I'd recommend getting a road seat - the Selle Italia Flite is cheap and works well, IMO. Also, you'll probably spin out going down long steep hills - this will give you an opportunity to save up your energy for making it UP the next hill (a sort of single speed mentality).

Also, I'd recommend getting a SRAM power link which makes super-quick & easy removal and installation of your chain for cleaning & lubrication. This also makes it easier to clean the rest of your drivetrain. And you know what they say: a clean, well lubricated drivechain is a beautiful thing.


----------



## MikeBiker (Mar 9, 2003)

I use the Performance Forte City 26X1.5 tires on my converted MTB and have no complaints. I second the recommendation on using smaller tubes as I put the smaller tires on with the jumbo tubes that my huge MTB tires used and it was a real struggle to install. It was like trying to fit an elephant into a Yugo. Fun for the circus, but not enjoyable in real life.


----------



## ispoke (Feb 28, 2005)

*what about handling?*



OverStuffed said:


> Go ahead and make the switch. If you have problems, a stem change will probably correct it, or just add a headset spacer. Not a huge difference to make up.

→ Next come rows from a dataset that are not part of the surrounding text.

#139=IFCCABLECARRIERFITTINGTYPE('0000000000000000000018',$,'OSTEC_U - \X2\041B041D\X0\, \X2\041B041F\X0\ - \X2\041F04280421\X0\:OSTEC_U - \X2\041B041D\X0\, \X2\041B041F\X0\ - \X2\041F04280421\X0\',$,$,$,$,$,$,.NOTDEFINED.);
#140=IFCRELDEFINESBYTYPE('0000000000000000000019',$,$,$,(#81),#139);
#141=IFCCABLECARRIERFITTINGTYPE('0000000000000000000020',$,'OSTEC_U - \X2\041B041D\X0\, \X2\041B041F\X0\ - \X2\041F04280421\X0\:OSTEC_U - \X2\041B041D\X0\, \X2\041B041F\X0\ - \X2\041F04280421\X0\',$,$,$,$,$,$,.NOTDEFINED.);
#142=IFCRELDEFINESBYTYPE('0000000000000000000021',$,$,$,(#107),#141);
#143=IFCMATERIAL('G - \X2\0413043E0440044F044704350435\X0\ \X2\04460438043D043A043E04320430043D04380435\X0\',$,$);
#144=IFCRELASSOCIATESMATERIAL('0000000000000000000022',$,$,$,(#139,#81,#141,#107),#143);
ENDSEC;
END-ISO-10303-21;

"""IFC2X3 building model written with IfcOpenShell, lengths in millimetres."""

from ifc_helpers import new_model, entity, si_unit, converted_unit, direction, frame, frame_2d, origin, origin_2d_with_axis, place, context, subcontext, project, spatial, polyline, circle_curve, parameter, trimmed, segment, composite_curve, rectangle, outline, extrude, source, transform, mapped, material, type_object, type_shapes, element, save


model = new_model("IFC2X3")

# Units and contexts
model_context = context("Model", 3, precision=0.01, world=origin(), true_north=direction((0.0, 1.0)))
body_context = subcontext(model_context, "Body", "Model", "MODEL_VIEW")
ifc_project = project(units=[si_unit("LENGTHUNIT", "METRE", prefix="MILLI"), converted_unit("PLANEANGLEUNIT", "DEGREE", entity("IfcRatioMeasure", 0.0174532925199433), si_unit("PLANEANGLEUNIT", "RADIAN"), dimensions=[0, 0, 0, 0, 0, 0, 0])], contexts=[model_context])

I'm not worried about stem or spacer adjustments. I'm more concerned with the difference in handling that I might get when the front end is 1/2" lower and the head/seat angles are effectively steeper. But from what folks are saying here, apparently many have made the switch and not noticed anything unusual...(?)


----------



## Pigtire (May 26, 2004)

I converted my mtb into a full time commuter. Planning to get a rack soon so I can ditch my shoulder bag. For tires I am using IRC metro 1.5s and the work great on my WTB disc wheels. If you still need a rigid fork check your PM.


----------



## logbiter (Sep 14, 2005)

ispoke said:


> I'm not worried about stem or spacer adjustments. I'm more concerned with the difference in handling that I might get when the front end is 1/2" lower and the head/seat angles are effectively steeper. But from what folks are saying here, apparently many have made the switch and not noticed anything unusual...(?)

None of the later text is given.